Try it -
For the records below, work out the number of lines holding "IFCLOCALPLACEMENT" and reply with only that.

Recorded data -
##########

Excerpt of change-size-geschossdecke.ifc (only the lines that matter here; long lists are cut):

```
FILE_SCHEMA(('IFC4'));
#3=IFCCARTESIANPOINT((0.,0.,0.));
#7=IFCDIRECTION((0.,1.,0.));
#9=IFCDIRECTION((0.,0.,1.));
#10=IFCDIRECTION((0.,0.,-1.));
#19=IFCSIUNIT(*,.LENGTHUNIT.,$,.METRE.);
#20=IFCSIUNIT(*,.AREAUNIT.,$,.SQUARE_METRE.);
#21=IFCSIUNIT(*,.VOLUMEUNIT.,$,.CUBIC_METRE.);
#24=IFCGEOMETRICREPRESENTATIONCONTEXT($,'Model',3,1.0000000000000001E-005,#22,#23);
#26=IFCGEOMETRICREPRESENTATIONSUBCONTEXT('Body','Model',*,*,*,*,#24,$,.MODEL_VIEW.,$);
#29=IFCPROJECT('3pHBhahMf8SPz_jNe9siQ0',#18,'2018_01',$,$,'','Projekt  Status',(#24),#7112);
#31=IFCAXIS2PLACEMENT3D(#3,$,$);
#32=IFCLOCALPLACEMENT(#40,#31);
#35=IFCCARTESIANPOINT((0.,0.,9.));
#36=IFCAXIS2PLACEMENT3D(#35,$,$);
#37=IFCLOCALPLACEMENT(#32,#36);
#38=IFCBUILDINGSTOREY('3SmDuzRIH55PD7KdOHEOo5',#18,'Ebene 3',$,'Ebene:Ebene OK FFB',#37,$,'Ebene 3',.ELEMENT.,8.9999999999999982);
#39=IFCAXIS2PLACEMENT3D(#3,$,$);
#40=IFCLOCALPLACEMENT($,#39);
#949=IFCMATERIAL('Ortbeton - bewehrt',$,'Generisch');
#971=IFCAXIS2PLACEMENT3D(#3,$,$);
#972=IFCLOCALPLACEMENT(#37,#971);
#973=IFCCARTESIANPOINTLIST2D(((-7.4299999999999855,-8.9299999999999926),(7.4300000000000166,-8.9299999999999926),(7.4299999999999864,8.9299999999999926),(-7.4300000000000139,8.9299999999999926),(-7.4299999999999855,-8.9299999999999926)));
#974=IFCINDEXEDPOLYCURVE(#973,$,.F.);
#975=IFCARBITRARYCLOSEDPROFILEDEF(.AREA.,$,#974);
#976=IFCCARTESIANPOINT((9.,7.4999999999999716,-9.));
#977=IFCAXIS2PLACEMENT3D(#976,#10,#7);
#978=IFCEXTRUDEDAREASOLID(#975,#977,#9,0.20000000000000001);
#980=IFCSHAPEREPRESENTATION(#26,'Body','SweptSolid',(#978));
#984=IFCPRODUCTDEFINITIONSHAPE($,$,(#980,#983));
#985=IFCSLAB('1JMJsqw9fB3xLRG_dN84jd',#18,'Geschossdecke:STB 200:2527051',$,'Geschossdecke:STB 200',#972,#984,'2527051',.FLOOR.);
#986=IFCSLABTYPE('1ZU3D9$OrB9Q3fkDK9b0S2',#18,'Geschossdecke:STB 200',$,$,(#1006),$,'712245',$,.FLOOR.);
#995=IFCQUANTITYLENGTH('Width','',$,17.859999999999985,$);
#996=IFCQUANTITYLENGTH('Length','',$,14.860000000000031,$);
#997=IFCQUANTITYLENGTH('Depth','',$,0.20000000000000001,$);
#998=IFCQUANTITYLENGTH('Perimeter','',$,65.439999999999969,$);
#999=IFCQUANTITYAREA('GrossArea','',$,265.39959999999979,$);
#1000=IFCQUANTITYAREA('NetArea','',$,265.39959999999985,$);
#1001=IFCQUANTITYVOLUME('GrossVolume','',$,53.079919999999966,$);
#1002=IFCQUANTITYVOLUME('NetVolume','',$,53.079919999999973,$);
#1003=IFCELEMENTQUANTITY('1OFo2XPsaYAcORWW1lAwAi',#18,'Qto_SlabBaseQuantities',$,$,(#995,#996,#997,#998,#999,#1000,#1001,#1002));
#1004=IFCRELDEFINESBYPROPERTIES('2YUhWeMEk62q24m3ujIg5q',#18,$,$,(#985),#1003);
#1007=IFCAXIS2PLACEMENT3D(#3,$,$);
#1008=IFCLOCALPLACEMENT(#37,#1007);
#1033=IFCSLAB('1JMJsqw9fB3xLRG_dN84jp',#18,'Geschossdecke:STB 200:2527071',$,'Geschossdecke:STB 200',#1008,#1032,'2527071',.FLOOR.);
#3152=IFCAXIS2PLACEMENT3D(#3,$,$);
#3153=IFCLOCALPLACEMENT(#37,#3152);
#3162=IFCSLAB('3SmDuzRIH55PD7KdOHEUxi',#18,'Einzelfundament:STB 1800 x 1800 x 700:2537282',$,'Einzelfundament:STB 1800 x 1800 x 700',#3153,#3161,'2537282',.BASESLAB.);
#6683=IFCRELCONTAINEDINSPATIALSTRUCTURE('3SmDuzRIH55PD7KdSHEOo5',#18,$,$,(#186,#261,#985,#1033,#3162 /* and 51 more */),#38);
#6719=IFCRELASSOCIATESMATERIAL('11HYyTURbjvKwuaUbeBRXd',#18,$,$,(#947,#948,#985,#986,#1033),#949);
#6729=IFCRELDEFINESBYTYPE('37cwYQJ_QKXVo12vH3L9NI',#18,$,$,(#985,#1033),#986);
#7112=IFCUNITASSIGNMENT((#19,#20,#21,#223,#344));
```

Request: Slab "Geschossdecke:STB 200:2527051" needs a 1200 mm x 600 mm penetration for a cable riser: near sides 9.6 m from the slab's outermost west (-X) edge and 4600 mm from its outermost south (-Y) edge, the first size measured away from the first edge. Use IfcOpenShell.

```python
import numpy as np
import ifcopenshell
import ifcopenshell.api.feature
import ifcopenshell.api.geometry
import ifcopenshell.api.pset
import ifcopenshell.api.root
import ifcopenshell.geom
import ifcopenshell.util.element
import ifcopenshell.util.placement
import ifcopenshell.util.representation
import ifcopenshell.util.shape
import ifcopenshell.util.unit

model = ifcopenshell.open("change-size-geschossdecke.ifc")
unit_scale = ifcopenshell.util.unit.calculate_unit_scale(model)
area_scale = ifcopenshell.util.unit.calculate_unit_scale(model, "AREAUNIT")
volume_scale = ifcopenshell.util.unit.calculate_unit_scale(model, "VOLUMEUNIT")
settings = ifcopenshell.geom.settings()


def volume(element):
    """Net volume in cubic metres, openings subtracted."""
    shape = ifcopenshell.geom.create_shape(settings, element)
    return ifcopenshell.util.shape.get_volume(shape.geometry)


slab = model.by_guid("1JMJsqw9fB3xLRG_dN84jd")
before = volume(slab)

# Extent in the slab's own axes, in metres. The edges named are its -X and -Y sides.
slab_shape = ifcopenshell.geom.create_shape(settings, slab)
vertices = ifcopenshell.util.shape.get_vertices(slab_shape.geometry)
x_min, y_min, bottom = vertices.min(axis=0)
top = vertices[:, 2].max()

opening = ifcopenshell.api.root.create_entity(model, ifc_class="IfcOpeningElement", name="Cable riser opening", predefined_type="OPENING")
context = ifcopenshell.util.representation.get_context(model, "Model", "Body", "MODEL_VIEW")
width, depth = 1.2, 0.6
outline = [(0.0, 0.0), (width, 0.0), (width, depth), (0.0, depth), (0.0, 0.0)]
# Overshoot both faces by 50 mm so the cut is clean.
shape = ifcopenshell.api.geometry.add_slab_representation(
    model, context=context, depth=top - bottom + 0.1, polyline=outline
)
ifcopenshell.api.geometry.assign_representation(model, product=opening, representation=shape)

matrix = ifcopenshell.util.placement.get_local_placement(slab.ObjectPlacement)
matrix[:, 3] = matrix @ np.append(np.array([x_min + 9.6, y_min + 4.6, bottom - 0.05]) / unit_scale, 1.0)
ifcopenshell.api.geometry.edit_object_placement(model, product=opening, matrix=matrix, is_si=False)
ifcopenshell.api.feature.add_feature(model, feature=opening, element=slab)

after = volume(slab)

# Update the slab's stored quantities.
qto = model.by_id(ifcopenshell.util.element.get_pset(slab, "Qto_SlabBaseQuantities", should_inherit=False)["id"])
ifcopenshell.api.pset.edit_qto(model, qto=qto, properties={
    "NetArea": after / (top - bottom) / area_scale,
    "NetVolume": after / volume_scale,
})

print(f"slab volume {before:.3f} -> {after:.3f} m3")

model.write("change-size-geschossdecke_edited.ifc")
```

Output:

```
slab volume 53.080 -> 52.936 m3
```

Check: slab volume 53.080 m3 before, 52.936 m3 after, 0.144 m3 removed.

##########

Exercise answer -
6